EAST COBB, Ga. — If you’ve ever sat on metal bleachers in the summer, you already know they get hot. Real hot, in some cases. A 1-year-old learned this the hard way on Saturday, after he fell on the bleachers at Wheeler High School.
“At first, I did not realize why he was screaming,” Heather Carlock said. “I thought maybe he cut himself or something.”
Her youngest son, Thad, was screaming because the bleachers immediately burned him.
“In the time it took me to just stand up and take two steps, he had already formed blisters on his hands and his knee,” Carlock said. “There was an officer on duty, so I went to him and asked him to help us. He redirected us to the concession stand, and the medic on the field met us up there to dress his wounds.”
Two days later, Thad was taken to a local burn center for surgery.
“He had to have skin grafts, and they checked to make sure he did not have third-degree burns as well,” Carlock said. “They used cadaver skin on him instead of trying to find skin on him that would fit in that area. Since he was burned so badly in a lot of areas, the cadaver skin covers more.”
Carlock says she is still shocked by how quickly her child got burned.
“It could not have been more than 5 seconds if that,” she said. “We go to the playground quite often. I check the slides, I check his seat belts when we get in the car. I checked the seats that day but I have never experienced anything that hot before.”
Carlock says this whole process has been a nightmare, but she has some ideas for how to prevent this from happening to others.
“There are bleachers made of concrete, and they stay cool throughout the day,” she said. “There are bleachers that have been covered, or there is that slip grip material on them that doesn't seem to get as hot as the actual metal does. There are a lot of things I think could be done to keep you safe because when you go to a game, you are expected to have a good time. It's a family event so everyone should get there safely and then leave there safely.”

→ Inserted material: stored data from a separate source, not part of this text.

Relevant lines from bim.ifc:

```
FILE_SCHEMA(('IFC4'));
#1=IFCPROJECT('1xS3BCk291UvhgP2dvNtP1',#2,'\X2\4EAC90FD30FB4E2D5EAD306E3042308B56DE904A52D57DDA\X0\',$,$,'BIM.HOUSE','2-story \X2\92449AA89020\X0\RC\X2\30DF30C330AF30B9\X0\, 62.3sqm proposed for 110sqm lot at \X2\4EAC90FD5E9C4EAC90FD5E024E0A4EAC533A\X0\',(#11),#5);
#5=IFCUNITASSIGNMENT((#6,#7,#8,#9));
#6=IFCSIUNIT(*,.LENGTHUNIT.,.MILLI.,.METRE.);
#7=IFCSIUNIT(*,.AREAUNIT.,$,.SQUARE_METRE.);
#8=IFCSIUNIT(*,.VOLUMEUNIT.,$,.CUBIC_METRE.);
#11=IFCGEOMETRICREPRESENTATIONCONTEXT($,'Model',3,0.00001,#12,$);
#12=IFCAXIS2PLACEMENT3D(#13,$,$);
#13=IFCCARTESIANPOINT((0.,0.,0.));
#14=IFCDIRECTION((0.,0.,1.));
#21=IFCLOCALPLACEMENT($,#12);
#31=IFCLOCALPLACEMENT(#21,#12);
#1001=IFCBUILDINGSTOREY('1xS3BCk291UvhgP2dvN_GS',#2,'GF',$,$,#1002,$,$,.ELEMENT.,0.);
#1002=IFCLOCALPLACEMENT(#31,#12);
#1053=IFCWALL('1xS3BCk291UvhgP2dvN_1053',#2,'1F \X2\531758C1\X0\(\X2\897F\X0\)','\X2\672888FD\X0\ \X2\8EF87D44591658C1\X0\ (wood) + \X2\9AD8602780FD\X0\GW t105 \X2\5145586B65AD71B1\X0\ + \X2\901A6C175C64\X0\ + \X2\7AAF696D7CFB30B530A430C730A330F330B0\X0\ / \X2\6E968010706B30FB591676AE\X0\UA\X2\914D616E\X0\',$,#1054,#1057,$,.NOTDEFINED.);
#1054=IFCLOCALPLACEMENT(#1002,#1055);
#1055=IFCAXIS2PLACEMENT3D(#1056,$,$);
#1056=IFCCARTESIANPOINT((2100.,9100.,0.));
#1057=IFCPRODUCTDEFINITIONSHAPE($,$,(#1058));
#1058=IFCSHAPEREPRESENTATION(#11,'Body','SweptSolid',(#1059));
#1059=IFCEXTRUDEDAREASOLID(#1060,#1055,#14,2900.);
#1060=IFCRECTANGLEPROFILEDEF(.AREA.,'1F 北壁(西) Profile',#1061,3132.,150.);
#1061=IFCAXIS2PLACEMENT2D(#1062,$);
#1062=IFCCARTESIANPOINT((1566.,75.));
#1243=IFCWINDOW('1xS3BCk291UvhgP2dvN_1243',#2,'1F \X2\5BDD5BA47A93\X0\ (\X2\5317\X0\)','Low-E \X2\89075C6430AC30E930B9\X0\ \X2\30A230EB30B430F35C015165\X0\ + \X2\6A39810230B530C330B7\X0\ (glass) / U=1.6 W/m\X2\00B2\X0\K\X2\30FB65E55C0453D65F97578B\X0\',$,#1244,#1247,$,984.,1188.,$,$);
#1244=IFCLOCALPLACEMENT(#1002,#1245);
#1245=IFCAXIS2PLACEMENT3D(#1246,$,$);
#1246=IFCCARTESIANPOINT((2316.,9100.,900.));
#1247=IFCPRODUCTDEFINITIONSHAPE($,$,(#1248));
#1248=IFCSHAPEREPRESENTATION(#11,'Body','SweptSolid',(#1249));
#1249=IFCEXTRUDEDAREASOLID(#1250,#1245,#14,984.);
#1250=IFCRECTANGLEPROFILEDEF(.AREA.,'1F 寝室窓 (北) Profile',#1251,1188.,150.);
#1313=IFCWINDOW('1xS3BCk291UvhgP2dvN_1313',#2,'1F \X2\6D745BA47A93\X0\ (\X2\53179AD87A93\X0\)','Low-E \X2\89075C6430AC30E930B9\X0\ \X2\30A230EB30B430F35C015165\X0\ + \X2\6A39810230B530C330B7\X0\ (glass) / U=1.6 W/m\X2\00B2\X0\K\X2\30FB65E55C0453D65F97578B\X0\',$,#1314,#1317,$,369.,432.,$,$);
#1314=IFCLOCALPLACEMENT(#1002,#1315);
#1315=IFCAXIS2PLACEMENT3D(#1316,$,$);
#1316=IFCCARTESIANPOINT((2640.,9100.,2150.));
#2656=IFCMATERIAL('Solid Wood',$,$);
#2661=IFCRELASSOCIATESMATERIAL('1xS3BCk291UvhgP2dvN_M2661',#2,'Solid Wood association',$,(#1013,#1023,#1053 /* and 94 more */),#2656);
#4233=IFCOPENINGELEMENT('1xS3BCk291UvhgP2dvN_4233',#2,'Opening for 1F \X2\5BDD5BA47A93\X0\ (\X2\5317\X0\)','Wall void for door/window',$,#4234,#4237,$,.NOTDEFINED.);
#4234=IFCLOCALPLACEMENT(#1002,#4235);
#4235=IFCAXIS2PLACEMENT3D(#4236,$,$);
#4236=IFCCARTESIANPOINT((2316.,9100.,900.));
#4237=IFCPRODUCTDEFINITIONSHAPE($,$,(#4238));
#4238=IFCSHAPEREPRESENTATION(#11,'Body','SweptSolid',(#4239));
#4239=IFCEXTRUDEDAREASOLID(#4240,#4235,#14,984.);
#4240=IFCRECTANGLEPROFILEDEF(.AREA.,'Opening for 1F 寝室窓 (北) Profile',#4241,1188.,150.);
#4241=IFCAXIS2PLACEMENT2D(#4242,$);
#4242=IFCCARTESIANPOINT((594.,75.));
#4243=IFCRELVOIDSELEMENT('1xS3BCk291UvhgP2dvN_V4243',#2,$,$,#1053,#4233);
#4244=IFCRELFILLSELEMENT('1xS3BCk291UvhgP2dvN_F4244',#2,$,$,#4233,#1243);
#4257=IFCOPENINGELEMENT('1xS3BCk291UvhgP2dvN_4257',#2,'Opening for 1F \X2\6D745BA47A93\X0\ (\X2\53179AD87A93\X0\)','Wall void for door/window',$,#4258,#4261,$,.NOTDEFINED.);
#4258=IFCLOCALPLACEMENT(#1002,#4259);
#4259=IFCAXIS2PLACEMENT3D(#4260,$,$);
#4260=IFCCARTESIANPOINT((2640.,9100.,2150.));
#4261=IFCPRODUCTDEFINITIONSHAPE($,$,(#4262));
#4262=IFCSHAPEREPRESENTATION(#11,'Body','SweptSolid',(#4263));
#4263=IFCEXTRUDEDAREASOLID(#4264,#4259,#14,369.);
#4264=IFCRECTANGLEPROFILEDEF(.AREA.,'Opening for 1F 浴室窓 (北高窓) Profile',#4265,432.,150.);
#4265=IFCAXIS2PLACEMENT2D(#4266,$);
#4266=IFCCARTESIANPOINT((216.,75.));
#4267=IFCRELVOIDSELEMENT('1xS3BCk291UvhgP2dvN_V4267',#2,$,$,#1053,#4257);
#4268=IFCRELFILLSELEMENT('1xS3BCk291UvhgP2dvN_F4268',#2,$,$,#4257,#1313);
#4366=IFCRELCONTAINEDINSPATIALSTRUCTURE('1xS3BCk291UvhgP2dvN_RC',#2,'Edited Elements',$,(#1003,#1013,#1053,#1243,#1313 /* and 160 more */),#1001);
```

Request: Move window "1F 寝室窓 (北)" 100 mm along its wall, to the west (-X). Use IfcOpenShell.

```python
import ifcopenshell
import ifcopenshell.api.geometry
import ifcopenshell.util.placement
import ifcopenshell.util.unit

model = ifcopenshell.open("bim.ifc")
unit_scale = ifcopenshell.util.unit.calculate_unit_scale(model)

window = model.by_guid("1xS3BCk291UvhgP2dvN_1243")
opening = window.FillsVoids[0].RelatingOpeningElement
wall = opening.VoidsElements[0].RelatingBuildingElement

wall_matrix = ifcopenshell.util.placement.get_local_placement(wall.ObjectPlacement)
shift = wall_matrix[:3, 0] * -0.1 / unit_scale
before = ifcopenshell.util.placement.get_local_placement(window.ObjectPlacement)[:3, 3].copy()

# The window is not placed relative to its opening, so move both.
for product in (opening, window):
    matrix = ifcopenshell.util.placement.get_local_placement(product.ObjectPlacement)
    matrix[:3, 3] += shift
    ifcopenshell.api.geometry.edit_object_placement(model, product=product, matrix=matrix, is_si=False)

after = ifcopenshell.util.placement.get_local_placement(window.ObjectPlacement)[:3, 3]
print("window moved by", (after - before).round(3) + 0.0)

model.write("bim_rev.ifc")
```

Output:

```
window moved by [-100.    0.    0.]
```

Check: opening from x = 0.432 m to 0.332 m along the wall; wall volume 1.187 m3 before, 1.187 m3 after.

She says there has not been much communication with the high school where this happened, but they are aware of the incident.
“I reached out to Wheeler and then risk management called me,” she said. “I had a few suggestions in mind, and unfortunately I was told the best they could do was put a sign out, which is a good start.”
11Alive reached out to the Cobb County School District for comment, but they have not yet returned our calls.